Chi vuole lavorare in sala ad alti livelli può seguire un corso di specializzazione nelle scuole che garantiscono il contatto con ristoranti e alberghi e offrono stage professionalizzanti.
Qui studiano camerieri che domani diventeranno responsabili di sala, gestori di locali e imprenditori della ristorazione. Può iscriversi chi ha un diploma dell’istituto alberghiero o di altra scuola superiore e un’esperienza nel settore. Ne segnaliamo 3.

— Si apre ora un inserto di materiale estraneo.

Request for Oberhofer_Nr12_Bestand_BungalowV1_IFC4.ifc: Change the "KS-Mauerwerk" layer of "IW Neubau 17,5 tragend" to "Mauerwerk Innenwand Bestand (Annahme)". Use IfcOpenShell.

First a look at what the model holds.

```python
import ifcopenshell
import ifcopenshell.util.element

model = ifcopenshell.open("Oberhofer_Nr12_Bestand_BungalowV1_IFC4.ifc")
print(model.schema)
for layer_set in model.by_type("IfcMaterialLayerSet"):
    if layer_set.LayerSetName == "IW Neubau 17,5 tragend":
        for layer in layer_set.MaterialLayers:
            print(layer.id(), layer.Material and layer.Material.Name, layer.LayerThickness, sep=" | ")
        print(len(ifcopenshell.util.element.get_elements_by_material(model, layer_set)), "elements and types use it")
print(sorted(m.Name for m in model.by_type("IfcMaterial") if m.Name)[:60])
```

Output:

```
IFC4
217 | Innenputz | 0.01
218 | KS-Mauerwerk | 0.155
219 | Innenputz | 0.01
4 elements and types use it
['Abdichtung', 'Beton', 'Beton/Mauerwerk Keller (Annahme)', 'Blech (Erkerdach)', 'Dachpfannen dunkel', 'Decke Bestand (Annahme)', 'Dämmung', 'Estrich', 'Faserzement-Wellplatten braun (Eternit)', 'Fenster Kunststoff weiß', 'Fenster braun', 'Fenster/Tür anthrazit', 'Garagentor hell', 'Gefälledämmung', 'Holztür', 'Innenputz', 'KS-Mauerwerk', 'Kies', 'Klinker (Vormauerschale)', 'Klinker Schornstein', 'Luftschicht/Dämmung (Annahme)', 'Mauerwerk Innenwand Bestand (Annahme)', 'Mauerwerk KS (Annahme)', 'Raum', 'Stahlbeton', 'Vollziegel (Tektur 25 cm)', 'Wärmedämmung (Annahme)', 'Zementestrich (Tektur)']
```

```python
import ifcopenshell
import ifcopenshell.api.material

model = ifcopenshell.open("Oberhofer_Nr12_Bestand_BungalowV1_IFC4.ifc")

layer_set = next(s for s in model.by_type("IfcMaterialLayerSet") if s.LayerSetName == "IW Neubau 17,5 tragend")
layer = next(l for l in layer_set.MaterialLayers if l.Material and l.Material.Name == "KS-Mauerwerk")
material = next(m for m in model.by_type("IfcMaterial") if m.Name == "Mauerwerk Innenwand Bestand (Annahme)")

# Point this one layer at the other material; renaming the old one would change it everywhere.
ifcopenshell.api.material.edit_layer(model, layer=layer, attributes={}, material=material)

print([l.Material.Name if l.Material else None for l in layer_set.MaterialLayers])

model.write("Oberhofer_Nr12_Bestand_BungalowV1_IFC4-out.ifc")
```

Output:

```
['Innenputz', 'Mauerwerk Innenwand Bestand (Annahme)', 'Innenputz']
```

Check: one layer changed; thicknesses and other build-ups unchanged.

→ Corso Superiore Sala Bar & Sommellerie della scuola di cucina Alma (alma.scuolacucina.it). Qui si imparano anche: hospitality management, tecniche di comunicazione, gestione risorse umane, analisi sensoriale.

→ Alta Formazione Sala e Bar di Gambero Rosso (store.gamberorosso.it). Nel piano didattico ci sono anche: caffetteria, gestione della cantina e cura dell’ambiente, per esempio come gestire l’atmosfera, la musica, l’illuminazione.

→ Intrecci - Accademia di alta formazione di sala (intreccialtaformazione.com). Oltre alle normali competenze, si studiano prodotti e lavorazioni, lingue straniere e marketing.